How I Self-Hosted My Entire Portfolio Stack for Free

Vercel · Cloudflare · Groq · Proxmox — production infrastructure at $0/month

The Setup

Most portfolios sit on Vercel or Netlify and call it a day. This one runs on a physical machine in my home — a mini PC running Proxmox, hosting two Ubuntu VMs, with everything from the AI chat service to the database wired together by hand.

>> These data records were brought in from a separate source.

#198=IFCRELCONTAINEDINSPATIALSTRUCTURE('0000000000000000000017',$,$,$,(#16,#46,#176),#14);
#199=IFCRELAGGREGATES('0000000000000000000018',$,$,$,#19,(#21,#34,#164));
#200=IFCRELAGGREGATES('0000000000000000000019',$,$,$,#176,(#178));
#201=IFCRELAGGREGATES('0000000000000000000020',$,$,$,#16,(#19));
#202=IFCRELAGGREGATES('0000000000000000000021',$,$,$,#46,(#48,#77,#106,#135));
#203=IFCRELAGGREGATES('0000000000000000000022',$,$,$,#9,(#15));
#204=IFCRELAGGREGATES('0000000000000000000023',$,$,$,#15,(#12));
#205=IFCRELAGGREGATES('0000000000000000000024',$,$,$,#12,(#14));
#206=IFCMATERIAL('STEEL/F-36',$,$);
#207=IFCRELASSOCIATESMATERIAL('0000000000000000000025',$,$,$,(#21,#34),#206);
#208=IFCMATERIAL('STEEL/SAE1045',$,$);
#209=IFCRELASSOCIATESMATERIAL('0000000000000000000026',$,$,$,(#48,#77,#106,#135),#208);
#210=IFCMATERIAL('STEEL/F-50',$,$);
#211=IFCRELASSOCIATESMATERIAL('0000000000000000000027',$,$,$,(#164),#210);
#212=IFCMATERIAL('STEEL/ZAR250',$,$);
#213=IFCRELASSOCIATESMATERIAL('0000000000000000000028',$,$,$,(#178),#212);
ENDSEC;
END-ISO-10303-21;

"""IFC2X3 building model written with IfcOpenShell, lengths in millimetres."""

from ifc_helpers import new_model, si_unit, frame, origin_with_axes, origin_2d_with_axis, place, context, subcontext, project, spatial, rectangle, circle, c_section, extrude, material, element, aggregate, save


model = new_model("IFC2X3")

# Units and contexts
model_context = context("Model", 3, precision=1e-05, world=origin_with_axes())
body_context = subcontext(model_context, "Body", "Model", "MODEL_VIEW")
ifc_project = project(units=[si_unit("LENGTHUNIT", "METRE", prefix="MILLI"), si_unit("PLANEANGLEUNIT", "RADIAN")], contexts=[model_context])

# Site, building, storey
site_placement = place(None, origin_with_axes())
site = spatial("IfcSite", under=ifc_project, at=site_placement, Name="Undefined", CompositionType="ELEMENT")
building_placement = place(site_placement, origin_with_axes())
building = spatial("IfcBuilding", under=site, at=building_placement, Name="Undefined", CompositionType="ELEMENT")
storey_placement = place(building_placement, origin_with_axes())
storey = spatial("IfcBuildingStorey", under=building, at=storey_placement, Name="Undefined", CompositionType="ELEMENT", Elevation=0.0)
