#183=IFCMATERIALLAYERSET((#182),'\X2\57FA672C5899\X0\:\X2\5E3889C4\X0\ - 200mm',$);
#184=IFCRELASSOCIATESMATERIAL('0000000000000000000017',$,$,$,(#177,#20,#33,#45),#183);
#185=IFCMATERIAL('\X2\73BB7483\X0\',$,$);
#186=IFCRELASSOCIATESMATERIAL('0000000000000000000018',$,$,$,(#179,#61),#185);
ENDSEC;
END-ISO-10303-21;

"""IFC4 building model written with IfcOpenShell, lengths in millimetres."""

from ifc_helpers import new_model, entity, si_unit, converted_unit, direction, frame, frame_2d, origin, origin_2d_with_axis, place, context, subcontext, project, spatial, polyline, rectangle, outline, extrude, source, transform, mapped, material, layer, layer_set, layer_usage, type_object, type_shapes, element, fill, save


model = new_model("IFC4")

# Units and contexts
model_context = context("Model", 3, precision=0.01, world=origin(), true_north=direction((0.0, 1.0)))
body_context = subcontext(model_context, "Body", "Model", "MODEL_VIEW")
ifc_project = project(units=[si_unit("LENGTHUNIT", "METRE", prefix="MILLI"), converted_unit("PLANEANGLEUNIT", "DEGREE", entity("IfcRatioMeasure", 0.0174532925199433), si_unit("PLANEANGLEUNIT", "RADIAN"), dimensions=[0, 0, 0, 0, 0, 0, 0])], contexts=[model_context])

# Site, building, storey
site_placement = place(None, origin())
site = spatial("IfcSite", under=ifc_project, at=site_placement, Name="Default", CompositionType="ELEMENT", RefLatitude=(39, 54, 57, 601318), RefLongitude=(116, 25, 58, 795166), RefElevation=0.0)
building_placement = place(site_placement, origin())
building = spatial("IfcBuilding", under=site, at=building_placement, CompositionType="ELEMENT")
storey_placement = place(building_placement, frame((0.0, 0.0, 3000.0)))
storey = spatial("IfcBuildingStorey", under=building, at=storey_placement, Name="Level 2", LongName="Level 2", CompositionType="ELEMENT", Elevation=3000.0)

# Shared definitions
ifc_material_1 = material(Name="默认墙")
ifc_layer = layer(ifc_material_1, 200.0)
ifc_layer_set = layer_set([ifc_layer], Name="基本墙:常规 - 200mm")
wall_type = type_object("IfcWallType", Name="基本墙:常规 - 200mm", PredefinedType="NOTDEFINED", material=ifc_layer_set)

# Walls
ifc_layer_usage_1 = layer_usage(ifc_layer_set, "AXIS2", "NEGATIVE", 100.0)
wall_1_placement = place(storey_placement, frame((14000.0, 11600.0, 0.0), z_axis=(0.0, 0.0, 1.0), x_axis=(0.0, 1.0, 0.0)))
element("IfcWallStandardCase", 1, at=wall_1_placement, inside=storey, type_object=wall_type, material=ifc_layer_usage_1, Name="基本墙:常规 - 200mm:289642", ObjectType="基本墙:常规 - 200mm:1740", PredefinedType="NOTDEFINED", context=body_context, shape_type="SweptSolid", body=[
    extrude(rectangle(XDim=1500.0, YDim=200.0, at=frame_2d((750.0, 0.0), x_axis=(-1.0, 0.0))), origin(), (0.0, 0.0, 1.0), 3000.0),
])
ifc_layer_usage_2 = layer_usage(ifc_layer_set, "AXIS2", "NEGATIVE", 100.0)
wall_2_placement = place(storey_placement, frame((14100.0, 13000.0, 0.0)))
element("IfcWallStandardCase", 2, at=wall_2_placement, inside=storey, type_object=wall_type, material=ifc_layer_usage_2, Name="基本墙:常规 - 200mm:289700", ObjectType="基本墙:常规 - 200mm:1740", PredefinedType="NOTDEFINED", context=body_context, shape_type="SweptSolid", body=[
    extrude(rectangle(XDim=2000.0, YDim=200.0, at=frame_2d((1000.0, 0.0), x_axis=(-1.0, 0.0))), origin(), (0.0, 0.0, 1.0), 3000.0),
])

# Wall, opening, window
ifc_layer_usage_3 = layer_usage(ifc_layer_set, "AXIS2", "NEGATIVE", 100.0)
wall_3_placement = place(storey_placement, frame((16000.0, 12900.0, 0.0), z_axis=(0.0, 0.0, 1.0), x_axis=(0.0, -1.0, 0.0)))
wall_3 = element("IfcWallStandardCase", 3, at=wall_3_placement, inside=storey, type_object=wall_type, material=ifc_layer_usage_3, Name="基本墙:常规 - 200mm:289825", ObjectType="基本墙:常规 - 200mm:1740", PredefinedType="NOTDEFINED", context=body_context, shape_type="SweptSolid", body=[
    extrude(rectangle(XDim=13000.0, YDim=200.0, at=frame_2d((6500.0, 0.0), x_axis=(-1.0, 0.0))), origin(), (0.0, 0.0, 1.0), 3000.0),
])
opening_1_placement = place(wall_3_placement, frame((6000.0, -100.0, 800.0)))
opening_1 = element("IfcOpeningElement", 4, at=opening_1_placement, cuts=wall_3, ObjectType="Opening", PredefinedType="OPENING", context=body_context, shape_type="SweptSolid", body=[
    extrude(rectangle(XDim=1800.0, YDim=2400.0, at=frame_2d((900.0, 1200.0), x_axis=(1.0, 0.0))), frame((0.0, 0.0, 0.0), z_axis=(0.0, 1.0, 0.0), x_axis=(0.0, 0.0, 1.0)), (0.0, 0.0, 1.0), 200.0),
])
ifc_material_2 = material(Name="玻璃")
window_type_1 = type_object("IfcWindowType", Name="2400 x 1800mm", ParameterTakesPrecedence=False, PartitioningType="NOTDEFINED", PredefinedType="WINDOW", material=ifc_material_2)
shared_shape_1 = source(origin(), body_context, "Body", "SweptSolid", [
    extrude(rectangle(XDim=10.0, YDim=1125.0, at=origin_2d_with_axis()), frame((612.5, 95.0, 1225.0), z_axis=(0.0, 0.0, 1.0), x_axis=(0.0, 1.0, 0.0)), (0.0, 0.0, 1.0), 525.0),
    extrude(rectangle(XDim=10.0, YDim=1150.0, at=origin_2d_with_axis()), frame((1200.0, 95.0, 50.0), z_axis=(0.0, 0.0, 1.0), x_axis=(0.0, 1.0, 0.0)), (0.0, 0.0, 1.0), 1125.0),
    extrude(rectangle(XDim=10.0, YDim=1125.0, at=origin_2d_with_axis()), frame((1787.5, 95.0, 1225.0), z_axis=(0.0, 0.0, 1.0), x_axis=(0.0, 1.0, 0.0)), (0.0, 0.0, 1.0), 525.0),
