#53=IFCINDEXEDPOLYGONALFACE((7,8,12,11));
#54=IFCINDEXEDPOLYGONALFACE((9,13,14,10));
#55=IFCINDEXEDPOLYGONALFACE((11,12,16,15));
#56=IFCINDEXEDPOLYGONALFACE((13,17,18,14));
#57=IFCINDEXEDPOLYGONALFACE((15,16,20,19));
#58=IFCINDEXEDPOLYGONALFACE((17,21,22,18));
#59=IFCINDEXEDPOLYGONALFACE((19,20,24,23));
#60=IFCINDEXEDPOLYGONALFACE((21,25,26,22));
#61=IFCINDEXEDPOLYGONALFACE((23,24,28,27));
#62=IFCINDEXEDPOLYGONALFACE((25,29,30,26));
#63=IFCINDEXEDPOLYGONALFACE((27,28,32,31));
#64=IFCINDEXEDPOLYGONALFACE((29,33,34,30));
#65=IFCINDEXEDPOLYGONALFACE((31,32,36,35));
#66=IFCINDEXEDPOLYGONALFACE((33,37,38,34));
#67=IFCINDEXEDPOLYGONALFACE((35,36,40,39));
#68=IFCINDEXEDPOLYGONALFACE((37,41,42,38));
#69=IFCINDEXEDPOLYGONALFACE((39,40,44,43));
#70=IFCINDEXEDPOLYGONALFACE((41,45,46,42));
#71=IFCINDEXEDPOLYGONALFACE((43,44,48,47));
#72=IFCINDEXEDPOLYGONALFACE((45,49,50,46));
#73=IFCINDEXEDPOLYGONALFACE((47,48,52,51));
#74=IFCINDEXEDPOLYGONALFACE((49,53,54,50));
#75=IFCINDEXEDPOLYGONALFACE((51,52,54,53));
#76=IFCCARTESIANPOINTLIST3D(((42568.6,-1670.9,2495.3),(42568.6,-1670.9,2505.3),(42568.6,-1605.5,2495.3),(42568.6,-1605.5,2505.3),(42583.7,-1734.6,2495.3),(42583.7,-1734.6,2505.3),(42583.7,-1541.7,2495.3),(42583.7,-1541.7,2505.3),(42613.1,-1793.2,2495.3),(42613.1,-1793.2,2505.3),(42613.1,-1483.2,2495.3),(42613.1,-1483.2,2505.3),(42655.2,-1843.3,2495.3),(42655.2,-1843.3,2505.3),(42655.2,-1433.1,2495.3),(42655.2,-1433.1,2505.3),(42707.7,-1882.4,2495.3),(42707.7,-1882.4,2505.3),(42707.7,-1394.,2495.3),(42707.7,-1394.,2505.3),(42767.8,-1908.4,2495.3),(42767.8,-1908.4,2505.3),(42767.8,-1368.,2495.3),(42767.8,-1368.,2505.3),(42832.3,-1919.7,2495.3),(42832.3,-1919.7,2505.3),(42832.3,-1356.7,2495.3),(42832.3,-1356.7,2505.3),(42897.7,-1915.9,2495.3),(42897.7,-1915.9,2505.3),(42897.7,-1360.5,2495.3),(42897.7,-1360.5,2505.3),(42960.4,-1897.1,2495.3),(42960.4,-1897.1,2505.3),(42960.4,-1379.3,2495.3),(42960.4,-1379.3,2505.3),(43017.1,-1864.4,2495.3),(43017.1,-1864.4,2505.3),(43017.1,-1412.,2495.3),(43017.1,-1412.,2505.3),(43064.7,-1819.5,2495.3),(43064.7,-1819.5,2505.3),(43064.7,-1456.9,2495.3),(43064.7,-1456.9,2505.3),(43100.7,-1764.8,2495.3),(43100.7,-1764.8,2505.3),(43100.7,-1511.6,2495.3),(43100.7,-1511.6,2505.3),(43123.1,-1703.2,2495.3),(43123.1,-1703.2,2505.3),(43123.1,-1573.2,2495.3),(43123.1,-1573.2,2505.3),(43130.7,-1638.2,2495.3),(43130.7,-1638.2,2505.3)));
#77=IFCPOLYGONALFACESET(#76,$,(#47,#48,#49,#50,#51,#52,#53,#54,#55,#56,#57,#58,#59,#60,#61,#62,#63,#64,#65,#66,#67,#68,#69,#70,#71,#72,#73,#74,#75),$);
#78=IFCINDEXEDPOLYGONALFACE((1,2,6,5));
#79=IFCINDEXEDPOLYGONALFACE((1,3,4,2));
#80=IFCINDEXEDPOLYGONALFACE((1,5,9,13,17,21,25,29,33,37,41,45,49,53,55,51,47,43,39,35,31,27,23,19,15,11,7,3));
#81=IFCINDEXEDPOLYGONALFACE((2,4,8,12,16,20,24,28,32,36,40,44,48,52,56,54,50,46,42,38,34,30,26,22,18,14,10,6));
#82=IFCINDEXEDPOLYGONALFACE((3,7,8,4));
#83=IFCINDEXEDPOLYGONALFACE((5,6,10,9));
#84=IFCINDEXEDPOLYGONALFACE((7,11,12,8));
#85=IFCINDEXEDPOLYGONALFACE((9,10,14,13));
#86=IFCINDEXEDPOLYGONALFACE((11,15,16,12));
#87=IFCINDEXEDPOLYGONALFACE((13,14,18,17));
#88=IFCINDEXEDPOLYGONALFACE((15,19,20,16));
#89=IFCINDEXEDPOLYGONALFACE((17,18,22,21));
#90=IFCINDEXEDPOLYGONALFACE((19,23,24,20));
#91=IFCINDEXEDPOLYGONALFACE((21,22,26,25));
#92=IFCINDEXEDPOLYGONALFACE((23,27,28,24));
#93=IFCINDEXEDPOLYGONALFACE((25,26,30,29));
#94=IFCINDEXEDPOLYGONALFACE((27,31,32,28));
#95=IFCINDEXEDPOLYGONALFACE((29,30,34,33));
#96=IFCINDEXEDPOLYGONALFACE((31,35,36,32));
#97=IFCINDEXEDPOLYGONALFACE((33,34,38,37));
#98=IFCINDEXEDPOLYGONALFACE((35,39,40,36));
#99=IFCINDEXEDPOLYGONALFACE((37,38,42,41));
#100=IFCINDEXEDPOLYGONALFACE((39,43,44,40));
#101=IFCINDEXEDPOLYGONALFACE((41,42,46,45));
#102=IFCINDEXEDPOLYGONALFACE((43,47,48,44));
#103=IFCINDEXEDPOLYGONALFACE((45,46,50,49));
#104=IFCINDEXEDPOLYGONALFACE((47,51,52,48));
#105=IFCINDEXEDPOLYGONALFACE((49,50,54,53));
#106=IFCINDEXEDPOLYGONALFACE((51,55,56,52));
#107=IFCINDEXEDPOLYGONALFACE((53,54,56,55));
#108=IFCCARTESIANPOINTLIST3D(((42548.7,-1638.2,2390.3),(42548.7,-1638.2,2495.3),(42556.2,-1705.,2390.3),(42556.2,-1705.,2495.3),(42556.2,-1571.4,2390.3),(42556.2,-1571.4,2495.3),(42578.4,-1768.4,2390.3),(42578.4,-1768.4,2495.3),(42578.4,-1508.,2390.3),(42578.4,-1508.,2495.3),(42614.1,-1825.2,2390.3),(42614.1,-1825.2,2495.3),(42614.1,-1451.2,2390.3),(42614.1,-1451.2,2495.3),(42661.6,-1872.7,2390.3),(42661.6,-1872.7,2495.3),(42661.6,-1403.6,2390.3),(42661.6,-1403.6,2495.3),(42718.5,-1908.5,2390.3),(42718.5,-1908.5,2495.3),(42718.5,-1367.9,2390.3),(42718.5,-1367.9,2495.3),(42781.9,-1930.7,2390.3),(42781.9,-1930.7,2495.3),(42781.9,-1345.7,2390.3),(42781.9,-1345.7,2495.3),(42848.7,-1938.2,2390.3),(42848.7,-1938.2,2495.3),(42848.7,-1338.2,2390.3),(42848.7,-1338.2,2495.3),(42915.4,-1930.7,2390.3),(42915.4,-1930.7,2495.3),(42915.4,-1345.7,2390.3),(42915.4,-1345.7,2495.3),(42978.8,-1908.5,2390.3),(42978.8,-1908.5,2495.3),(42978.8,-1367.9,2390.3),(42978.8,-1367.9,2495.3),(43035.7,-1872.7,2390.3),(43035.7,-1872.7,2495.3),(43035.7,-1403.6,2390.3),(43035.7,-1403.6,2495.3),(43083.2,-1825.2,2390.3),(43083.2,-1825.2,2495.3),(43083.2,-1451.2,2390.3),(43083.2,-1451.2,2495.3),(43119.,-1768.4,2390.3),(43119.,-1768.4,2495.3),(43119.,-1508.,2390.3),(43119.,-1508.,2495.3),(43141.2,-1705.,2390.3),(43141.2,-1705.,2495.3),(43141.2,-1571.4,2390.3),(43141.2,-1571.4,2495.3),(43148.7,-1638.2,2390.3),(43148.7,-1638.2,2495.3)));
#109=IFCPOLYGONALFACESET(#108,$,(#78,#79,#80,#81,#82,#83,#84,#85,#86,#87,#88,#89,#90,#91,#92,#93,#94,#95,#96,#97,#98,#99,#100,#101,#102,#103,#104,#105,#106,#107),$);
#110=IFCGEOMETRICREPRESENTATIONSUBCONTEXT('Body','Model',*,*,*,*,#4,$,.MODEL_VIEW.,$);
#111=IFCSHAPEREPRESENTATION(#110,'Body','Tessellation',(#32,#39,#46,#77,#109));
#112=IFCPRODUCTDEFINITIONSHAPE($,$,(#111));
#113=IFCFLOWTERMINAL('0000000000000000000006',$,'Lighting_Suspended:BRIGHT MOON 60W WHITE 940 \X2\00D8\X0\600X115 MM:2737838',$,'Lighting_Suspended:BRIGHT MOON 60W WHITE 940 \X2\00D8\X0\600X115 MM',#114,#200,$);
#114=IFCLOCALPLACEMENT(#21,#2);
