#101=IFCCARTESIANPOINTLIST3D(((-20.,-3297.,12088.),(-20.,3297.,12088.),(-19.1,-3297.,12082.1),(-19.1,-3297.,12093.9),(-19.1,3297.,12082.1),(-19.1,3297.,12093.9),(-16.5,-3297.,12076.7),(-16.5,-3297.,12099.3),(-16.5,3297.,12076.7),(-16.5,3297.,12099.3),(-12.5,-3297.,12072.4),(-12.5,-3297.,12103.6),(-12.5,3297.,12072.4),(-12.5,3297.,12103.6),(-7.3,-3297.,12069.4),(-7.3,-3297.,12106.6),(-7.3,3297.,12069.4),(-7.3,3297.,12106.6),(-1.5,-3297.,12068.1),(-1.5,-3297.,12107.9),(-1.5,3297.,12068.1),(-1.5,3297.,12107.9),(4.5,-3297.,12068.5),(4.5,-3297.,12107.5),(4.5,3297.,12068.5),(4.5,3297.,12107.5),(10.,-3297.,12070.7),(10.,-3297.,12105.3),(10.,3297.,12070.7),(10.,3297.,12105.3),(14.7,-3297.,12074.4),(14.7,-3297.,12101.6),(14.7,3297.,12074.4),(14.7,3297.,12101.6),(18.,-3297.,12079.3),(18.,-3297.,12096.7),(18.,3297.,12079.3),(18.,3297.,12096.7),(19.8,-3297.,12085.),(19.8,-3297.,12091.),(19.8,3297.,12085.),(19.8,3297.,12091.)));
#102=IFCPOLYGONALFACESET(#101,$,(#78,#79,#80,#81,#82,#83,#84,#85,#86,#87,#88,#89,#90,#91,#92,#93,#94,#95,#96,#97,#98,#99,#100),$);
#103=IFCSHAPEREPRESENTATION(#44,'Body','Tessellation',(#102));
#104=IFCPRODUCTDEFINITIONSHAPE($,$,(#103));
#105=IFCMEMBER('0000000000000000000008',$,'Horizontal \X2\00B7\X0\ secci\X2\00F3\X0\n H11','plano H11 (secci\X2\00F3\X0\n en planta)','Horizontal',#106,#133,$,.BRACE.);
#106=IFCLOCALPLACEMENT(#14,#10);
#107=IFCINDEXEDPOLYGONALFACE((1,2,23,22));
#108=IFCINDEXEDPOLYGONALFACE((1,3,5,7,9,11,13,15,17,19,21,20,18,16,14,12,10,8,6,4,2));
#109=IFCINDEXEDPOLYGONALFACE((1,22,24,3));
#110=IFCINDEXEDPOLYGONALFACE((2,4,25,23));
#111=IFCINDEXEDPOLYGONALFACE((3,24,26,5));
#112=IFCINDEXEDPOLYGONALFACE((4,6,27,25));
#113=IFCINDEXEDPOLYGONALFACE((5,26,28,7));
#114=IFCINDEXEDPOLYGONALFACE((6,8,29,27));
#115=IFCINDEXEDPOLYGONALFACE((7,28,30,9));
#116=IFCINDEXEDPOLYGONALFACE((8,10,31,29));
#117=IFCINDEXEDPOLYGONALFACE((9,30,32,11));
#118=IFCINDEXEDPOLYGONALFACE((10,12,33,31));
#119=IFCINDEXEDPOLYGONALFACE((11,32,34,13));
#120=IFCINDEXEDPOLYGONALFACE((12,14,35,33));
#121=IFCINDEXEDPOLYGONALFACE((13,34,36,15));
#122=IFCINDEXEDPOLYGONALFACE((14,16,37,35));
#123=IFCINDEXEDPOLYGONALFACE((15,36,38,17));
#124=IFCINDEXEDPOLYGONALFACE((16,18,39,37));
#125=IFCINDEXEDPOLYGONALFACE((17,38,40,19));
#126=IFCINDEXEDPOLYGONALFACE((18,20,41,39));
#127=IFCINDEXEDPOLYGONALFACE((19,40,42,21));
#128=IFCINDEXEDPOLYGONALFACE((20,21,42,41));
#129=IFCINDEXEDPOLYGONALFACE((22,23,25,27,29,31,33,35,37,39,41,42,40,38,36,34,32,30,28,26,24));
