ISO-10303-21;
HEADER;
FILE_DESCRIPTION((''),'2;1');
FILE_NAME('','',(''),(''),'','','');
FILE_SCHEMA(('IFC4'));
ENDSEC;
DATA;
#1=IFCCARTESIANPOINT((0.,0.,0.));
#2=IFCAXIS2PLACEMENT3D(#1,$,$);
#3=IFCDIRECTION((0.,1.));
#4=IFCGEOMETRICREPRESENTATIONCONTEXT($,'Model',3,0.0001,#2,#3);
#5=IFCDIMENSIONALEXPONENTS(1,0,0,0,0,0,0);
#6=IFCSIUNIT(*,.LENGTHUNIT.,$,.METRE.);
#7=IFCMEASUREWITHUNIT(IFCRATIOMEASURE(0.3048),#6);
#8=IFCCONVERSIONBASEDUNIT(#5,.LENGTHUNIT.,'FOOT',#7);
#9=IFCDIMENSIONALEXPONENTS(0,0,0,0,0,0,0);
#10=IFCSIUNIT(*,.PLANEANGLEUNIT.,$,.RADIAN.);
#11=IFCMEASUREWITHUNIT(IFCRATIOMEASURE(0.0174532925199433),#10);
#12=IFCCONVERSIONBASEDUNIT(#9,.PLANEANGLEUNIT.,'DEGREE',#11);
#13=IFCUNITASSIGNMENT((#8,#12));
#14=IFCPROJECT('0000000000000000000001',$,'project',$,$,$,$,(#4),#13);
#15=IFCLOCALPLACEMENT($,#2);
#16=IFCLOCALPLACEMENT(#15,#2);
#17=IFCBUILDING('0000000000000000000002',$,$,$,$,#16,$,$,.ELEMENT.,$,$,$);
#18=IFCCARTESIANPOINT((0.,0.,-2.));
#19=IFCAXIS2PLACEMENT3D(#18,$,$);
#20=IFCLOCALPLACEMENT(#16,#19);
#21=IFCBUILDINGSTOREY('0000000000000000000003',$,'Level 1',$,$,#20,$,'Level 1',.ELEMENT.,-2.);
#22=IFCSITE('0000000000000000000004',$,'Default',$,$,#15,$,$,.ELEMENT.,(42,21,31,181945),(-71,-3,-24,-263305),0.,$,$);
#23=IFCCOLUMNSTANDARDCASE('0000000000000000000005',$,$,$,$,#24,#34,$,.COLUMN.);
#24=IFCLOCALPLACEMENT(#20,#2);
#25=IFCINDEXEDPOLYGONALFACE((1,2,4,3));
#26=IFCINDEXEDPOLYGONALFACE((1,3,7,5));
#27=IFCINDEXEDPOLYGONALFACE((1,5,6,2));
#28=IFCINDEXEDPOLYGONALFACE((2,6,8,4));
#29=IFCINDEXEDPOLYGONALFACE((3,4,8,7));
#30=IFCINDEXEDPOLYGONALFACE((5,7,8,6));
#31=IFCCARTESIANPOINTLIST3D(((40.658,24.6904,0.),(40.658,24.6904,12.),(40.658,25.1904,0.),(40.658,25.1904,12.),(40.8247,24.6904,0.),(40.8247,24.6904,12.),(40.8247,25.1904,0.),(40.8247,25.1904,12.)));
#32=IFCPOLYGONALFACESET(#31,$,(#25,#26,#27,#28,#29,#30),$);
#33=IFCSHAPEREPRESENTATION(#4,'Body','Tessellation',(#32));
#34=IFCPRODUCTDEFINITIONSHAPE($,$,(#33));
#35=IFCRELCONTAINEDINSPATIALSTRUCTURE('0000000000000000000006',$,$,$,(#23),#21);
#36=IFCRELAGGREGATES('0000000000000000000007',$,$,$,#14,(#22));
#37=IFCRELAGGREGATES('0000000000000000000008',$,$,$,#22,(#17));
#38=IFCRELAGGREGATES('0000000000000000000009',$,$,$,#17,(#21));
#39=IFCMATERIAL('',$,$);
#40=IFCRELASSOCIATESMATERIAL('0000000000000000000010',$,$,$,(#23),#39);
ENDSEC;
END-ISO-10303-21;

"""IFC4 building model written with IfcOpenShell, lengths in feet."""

from ifc_helpers import new_model, entity, si_unit, converted_unit, direction, frame, origin, place, context, project, spatial, rectangle, extrude, material, element, save


model = new_model("IFC4")

# Units and contexts
model_context = context("Model", 3, precision=0.0001, world=origin(), true_north=direction((0.0, 1.0)))
ifc_project = project(units=[converted_unit("LENGTHUNIT", "FOOT", entity("IfcRatioMeasure", 0.3048), si_unit("LENGTHUNIT", "METRE"), dimensions=[1, 0, 0, 0, 0, 0, 0]), converted_unit("PLANEANGLEUNIT", "DEGREE", entity("IfcRatioMeasure", 0.0174532925199433), si_unit("PLANEANGLEUNIT", "RADIAN"), dimensions=[0, 0, 0, 0, 0, 0, 0])], contexts=[model_context])

# Site, building, storey
site_placement = place(None, origin())
site = spatial("IfcSite", under=ifc_project, at=site_placement, Name="Default", CompositionType="ELEMENT", RefLatitude=(42, 21, 31, 181945), RefLongitude=(-71, -3, -24, -263305), RefElevation=0.0)
building_placement = place(site_placement, origin())
building = spatial("IfcBuilding", under=site, at=building_placement, CompositionType="ELEMENT")
storey_placement = place(building_placement, frame((0.0, 0.0, -2.0)))
storey = spatial("IfcBuildingStorey", under=building, at=storey_placement, Name="Level 1", LongName="Level 1", CompositionType="ELEMENT", Elevation=-2.0)

# Column
ifc_material_1 = material(Name="")
wall_placement = place(storey_placement, frame((40.8247, 24.9404, 0.0), z_axis=(0.0, 0.0, 1.0), x_axis=(-1.0, 0.0, 0.0)))
for number, where, z_axis, x_axis in (
    (1, (0.0833, 0.0, 0.0), (0.0, 0.0, 1.0), (1.0, 0.0, 0.0)),
):
    element("IfcColumnStandardCase", number, at=place(wall_placement, frame(where, z_axis=z_axis, x_axis=x_axis)), inside=storey, material=ifc_material_1, PredefinedType="COLUMN", context=model_context, shape_type="SweptSolid", body=[
        extrude(rectangle(XDim=0.1667, YDim=0.5), origin(), (0.0, 0.0, 1.0), 12.0),
    ])

save(model, "model.ifc")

The goal was never to avoid managed services for the sake of it. It was to understand what those services actually do — and to build something that deploys itself, monitors itself, and recovers itself without a cloud bill.

Proxmox as the Foundation

A bare-metal Proxmox hypervisor runs two Ubuntu 24.04 VMs: one for the Node.js/Express API and PostgreSQL, one for the Python/Flask AI service. Proxmox gives snapshot-based recovery, isolated networking, and resource limits per VM — the same primitives cloud providers sell, just on hardware I own outright.

Public traffic reaches the home network through a Cloudflare Tunnel, which handles TLS termination and DDoS protection without opening any inbound firewall ports. The tunnel is a systemd service on the VM — it starts on boot, reconnects automatically, and proxies traffic straight to the application.

How the stack deploys itself

Pushing to main triggers separate GitHub Actions workflows for the Express API and Flask service. Each workflow SSHs into the corresponding VM, pulls the latest code, installs dependencies, and performs a zero-downtime restart — PM2 for the Node.js process, systemd for Flask.

The frontend deploys to Vercel on the same push. Secrets never leave GitHub Actions environment variables; the home server is never exposed to the public internet directly.

How a request moves through the stack

GitHub push → Actions
  ├─ Vercel (Next.js frontend)
  └─ SSH deploy to home server
       ├─ VM 1: Express + PostgreSQL
       │    └─ PM2 (hot reload)
       └─ VM 2: Flask AI service
            └─ systemd (auto-restart)

Browser request
  → Cloudflare Tunnel (TLS)
    → Proxmox VM (Ubuntu 24.04)
      → Express API :4000
        └─ Flask AI  :5000
             └─ Groq API
                  └─ SSE stream
                    → browser

Zero-downtime on commodity hardware

With no load balancer or auto-scaling group, resilience comes from process supervision. PM2 restarts the API on crash. systemd restarts Flask. Cloudflare Tunnel masks any brief connectivity gap during a deploy.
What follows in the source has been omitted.